- TASK PROMPT
A line counts if it contains the word "staal" at least once. State how many such lines the records contain, giving the number alone.

+--

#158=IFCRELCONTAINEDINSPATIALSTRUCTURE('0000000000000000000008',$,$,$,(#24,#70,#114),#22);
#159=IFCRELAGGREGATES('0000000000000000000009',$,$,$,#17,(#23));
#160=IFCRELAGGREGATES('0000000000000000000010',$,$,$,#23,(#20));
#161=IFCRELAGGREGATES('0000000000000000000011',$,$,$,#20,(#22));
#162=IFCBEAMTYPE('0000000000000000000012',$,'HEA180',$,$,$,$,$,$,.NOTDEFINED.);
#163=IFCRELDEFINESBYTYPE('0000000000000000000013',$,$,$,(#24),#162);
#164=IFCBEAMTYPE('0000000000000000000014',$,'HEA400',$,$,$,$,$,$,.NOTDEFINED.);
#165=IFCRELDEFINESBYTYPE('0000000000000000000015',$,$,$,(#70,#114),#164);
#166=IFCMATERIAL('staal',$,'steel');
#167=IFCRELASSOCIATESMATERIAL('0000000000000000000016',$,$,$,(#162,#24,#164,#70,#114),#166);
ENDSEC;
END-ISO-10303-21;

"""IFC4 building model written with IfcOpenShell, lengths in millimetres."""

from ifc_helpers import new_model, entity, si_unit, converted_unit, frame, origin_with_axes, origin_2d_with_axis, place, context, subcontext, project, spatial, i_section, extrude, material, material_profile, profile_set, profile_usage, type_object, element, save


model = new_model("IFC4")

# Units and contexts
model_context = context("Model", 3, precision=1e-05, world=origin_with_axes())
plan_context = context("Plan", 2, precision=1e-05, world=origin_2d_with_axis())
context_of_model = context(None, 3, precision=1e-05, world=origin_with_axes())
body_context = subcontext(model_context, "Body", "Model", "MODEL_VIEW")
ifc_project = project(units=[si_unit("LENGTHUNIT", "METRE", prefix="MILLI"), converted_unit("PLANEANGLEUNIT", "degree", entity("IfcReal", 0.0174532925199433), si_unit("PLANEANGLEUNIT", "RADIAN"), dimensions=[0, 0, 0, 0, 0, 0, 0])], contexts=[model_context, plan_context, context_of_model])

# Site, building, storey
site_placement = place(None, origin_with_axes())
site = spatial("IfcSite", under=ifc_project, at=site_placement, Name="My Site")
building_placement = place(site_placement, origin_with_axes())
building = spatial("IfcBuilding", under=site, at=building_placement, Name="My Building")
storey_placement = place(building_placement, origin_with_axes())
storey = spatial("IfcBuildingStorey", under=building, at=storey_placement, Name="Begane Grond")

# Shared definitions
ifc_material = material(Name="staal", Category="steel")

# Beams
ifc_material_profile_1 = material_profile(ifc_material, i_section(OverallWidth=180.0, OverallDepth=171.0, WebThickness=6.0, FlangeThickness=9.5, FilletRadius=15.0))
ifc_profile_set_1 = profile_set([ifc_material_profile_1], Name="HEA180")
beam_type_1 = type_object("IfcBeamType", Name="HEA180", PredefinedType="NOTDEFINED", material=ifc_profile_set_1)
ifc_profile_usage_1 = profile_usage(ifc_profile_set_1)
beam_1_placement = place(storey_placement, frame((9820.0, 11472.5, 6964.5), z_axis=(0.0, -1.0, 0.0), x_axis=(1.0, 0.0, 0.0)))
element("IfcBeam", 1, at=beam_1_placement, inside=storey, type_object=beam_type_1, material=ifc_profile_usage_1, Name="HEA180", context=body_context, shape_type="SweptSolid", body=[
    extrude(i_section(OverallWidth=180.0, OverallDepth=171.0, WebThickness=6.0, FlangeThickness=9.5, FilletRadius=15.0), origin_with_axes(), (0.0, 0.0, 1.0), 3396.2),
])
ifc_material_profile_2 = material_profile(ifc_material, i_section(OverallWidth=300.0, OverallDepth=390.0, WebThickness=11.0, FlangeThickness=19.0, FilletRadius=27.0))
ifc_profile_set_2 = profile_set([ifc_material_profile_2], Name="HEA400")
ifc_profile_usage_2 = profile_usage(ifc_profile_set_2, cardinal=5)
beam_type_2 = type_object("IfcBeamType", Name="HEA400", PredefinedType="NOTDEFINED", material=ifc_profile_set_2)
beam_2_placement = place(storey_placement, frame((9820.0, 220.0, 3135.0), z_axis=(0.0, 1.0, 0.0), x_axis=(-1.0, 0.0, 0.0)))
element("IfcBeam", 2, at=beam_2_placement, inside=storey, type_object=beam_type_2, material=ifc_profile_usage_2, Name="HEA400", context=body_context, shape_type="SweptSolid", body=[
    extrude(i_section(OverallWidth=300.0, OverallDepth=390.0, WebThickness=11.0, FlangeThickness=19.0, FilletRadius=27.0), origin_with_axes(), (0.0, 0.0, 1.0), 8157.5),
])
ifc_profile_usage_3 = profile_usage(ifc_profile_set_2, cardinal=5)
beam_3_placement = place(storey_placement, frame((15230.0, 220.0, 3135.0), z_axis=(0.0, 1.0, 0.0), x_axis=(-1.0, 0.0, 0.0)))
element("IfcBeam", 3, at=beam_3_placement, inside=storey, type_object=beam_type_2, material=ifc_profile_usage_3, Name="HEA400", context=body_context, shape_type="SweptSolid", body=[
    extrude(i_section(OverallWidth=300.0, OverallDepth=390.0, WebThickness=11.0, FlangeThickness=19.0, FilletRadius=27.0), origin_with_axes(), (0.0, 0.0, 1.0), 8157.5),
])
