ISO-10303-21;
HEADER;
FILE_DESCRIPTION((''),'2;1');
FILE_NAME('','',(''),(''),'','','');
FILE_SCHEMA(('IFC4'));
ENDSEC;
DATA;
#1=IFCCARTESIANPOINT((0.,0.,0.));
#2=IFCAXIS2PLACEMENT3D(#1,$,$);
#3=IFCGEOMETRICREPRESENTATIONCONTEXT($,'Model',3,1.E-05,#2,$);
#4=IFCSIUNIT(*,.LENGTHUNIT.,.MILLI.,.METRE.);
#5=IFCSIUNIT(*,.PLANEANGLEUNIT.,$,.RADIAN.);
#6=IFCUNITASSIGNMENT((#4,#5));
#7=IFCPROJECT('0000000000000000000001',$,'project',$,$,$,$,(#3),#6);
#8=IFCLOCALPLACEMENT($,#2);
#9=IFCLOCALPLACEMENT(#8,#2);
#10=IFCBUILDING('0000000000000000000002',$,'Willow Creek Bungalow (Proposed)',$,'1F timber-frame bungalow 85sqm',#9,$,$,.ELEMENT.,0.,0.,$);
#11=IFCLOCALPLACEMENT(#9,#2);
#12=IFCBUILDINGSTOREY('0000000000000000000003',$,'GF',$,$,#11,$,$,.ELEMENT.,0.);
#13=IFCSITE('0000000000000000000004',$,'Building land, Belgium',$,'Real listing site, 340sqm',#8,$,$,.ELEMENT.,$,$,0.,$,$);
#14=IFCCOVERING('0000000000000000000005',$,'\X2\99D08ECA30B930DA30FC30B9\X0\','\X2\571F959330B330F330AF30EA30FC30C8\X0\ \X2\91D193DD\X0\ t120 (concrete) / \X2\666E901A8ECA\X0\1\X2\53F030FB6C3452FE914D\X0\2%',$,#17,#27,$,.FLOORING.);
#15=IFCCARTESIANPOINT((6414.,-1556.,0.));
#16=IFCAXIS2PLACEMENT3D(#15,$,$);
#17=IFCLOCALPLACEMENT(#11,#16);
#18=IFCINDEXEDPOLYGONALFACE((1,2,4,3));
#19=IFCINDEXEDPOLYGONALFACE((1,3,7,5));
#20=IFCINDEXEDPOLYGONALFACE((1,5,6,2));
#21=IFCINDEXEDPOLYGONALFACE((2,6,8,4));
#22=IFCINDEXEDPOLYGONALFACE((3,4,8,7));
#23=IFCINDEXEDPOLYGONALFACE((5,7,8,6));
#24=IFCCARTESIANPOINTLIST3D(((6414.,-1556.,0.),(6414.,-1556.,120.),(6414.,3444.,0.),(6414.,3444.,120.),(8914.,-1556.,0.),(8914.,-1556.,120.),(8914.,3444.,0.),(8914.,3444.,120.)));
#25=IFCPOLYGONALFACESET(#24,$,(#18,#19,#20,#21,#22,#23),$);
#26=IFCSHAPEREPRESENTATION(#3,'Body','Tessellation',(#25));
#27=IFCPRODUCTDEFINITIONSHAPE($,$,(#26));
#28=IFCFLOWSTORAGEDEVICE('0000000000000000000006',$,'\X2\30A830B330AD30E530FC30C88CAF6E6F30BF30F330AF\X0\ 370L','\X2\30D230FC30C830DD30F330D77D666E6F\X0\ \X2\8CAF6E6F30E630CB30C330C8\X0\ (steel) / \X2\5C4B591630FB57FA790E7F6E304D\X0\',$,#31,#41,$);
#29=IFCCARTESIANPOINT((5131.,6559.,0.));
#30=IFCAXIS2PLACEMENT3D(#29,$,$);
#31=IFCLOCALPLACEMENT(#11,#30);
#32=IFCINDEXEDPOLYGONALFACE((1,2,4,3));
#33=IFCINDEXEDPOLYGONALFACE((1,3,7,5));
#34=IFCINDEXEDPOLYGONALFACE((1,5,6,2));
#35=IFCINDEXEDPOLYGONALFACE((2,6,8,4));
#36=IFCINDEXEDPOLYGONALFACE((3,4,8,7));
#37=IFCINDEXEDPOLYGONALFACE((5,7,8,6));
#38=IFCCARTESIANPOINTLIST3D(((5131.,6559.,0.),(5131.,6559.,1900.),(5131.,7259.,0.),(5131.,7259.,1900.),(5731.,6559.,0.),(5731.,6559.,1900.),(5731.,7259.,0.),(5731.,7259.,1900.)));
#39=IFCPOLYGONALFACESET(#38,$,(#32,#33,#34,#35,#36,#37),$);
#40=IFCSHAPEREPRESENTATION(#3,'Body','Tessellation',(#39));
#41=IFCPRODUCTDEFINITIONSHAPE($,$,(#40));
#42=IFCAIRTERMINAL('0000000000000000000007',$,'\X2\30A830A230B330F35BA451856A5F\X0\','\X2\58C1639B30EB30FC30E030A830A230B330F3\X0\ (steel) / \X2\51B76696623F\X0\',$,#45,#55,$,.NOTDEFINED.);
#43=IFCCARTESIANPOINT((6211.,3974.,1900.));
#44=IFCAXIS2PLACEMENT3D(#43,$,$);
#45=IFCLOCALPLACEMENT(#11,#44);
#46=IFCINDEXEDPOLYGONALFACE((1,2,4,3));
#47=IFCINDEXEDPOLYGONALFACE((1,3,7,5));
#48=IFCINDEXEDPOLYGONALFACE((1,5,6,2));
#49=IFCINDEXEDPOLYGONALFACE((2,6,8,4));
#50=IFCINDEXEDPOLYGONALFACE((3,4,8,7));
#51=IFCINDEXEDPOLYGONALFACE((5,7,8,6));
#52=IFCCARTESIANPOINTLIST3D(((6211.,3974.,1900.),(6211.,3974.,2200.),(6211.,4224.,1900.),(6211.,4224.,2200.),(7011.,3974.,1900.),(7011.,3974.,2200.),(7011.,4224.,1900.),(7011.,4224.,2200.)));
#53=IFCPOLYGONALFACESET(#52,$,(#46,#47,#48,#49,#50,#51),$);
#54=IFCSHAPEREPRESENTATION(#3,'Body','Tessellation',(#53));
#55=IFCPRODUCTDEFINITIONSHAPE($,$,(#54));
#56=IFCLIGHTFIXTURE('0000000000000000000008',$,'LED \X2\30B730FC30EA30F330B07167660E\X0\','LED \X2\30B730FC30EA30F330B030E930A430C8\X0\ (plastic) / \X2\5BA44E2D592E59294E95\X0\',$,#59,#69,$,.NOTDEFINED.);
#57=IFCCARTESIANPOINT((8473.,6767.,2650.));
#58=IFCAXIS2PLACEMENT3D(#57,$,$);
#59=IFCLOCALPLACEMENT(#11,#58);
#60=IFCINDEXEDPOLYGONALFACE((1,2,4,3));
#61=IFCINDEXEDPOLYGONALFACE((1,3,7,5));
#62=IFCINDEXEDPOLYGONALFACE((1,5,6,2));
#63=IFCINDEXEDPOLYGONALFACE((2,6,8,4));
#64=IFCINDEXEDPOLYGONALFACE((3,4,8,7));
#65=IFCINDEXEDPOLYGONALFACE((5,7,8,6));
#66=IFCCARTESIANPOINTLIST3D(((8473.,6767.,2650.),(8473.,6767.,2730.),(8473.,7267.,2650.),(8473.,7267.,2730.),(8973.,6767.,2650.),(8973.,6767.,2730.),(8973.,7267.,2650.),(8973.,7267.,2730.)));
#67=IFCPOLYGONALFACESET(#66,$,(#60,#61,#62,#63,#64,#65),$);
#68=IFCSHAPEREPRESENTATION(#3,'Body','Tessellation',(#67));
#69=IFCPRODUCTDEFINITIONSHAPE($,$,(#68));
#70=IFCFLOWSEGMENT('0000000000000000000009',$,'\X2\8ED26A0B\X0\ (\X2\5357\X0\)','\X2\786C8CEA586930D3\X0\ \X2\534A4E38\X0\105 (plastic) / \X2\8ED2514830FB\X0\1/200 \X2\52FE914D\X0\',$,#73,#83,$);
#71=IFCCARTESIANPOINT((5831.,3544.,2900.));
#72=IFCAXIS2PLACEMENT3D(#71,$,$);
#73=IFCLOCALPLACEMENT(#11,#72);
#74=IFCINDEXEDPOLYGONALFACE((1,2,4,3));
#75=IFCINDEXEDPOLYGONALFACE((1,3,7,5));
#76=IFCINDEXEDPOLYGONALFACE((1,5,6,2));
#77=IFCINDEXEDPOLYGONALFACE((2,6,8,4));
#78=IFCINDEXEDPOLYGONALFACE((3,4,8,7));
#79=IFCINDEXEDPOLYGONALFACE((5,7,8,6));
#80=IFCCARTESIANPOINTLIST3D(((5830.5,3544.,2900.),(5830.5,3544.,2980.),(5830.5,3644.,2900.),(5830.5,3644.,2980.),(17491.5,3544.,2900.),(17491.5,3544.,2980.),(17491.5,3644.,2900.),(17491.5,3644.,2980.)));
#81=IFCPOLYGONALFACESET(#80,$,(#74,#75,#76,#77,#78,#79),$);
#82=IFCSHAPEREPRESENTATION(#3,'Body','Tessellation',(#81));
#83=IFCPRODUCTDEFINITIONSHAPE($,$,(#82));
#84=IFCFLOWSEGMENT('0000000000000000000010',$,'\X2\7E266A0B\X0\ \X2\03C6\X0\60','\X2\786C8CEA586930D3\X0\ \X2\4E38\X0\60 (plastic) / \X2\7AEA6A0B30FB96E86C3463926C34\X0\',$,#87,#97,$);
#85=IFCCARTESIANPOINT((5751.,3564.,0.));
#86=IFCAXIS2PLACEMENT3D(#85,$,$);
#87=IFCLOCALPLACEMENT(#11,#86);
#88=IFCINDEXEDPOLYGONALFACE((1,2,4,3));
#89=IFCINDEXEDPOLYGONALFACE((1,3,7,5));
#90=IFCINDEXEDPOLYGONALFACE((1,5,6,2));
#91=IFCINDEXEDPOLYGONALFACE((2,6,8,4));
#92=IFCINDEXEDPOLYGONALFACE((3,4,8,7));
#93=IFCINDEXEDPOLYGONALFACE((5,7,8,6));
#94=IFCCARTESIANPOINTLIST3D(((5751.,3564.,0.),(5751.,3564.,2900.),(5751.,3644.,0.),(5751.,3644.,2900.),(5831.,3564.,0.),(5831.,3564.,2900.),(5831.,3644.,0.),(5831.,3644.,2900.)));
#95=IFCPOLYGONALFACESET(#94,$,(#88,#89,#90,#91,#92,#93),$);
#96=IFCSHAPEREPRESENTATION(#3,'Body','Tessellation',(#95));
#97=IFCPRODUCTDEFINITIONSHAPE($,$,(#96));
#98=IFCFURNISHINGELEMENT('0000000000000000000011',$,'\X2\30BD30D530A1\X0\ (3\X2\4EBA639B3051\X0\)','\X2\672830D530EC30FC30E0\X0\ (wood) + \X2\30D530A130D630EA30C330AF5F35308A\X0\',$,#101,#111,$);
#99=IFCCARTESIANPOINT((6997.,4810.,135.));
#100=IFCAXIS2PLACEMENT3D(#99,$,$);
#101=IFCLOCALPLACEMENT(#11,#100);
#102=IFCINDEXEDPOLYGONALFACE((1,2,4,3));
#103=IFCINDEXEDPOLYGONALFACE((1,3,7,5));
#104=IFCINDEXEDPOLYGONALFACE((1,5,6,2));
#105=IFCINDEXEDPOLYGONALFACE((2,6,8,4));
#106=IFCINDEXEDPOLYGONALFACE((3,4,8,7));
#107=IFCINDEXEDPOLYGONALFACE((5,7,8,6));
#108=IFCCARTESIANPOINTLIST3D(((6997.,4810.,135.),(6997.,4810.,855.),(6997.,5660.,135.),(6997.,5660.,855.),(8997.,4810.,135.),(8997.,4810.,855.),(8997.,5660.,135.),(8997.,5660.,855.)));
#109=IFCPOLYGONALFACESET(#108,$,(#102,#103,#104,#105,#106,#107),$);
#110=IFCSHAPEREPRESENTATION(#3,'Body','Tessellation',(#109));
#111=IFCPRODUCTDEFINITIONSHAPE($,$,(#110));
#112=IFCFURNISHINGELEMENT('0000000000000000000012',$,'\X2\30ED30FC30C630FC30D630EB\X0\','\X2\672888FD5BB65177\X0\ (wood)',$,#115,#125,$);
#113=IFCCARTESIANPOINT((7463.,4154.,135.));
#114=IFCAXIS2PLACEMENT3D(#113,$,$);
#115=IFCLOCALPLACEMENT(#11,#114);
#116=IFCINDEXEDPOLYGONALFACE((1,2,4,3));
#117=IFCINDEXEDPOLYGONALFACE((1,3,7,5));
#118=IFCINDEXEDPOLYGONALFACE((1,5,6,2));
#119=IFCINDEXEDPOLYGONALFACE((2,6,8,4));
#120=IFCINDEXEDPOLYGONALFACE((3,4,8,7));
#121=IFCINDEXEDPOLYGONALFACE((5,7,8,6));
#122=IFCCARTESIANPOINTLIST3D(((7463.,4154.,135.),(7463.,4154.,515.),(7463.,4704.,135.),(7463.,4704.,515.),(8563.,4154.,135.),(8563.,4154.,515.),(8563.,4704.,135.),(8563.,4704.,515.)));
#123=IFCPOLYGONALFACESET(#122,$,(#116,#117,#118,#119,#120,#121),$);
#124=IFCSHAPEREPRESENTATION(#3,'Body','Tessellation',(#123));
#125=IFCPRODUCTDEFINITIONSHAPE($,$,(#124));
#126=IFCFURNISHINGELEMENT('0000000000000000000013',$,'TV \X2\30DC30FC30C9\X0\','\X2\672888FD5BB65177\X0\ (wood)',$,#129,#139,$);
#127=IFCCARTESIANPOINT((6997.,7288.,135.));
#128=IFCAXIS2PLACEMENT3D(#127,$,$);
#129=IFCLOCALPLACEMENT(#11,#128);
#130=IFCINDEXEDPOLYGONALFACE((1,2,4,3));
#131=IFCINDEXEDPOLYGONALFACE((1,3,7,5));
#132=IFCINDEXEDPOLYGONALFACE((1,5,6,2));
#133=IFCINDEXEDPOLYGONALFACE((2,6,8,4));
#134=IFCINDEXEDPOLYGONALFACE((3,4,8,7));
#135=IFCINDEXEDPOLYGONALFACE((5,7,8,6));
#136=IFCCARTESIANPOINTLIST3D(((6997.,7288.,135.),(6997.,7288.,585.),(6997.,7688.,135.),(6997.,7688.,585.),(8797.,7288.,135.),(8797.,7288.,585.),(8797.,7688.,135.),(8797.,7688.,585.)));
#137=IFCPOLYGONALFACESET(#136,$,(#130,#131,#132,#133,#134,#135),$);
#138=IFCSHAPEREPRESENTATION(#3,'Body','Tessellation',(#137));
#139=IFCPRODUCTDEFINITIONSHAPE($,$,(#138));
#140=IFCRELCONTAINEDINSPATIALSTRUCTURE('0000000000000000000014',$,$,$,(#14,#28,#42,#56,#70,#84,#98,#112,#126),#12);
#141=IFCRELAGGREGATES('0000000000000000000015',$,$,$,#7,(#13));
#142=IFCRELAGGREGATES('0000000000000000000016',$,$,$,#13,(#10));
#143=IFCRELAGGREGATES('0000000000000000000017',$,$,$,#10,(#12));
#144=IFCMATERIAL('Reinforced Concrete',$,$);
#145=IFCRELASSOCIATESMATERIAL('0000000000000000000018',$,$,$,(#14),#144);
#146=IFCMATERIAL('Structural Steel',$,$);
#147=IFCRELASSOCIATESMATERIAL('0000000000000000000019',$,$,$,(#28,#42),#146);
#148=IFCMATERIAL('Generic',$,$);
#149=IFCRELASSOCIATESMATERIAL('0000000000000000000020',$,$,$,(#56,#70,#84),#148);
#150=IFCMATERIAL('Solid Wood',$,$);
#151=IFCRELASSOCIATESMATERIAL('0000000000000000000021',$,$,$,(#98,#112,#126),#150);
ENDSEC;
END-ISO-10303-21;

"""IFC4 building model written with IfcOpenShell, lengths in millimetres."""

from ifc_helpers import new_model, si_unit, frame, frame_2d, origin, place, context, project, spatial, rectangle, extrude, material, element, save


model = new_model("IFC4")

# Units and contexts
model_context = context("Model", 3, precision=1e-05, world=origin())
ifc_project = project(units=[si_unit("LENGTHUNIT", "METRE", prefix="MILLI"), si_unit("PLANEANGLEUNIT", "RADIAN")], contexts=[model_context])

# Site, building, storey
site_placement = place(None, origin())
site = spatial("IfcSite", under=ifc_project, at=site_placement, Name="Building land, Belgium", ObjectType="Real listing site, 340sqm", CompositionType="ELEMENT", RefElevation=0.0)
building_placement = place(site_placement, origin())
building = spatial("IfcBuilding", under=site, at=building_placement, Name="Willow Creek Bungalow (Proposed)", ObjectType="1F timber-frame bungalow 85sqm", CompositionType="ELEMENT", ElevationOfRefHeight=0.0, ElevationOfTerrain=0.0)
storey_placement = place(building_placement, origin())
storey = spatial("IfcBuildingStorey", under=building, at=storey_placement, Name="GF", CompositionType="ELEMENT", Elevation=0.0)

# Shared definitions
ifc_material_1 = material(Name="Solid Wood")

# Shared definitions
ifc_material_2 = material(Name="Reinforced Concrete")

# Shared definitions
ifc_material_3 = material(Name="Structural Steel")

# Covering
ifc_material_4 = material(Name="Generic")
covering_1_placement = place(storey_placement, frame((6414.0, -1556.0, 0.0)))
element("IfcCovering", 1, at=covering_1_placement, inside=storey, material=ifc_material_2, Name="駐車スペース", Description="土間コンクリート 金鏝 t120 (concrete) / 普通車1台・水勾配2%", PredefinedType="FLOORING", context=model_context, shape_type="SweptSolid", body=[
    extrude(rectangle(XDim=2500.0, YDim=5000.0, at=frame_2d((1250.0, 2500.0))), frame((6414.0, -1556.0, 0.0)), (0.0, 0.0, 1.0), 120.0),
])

+--

- RESULT FOR THIS TASK
2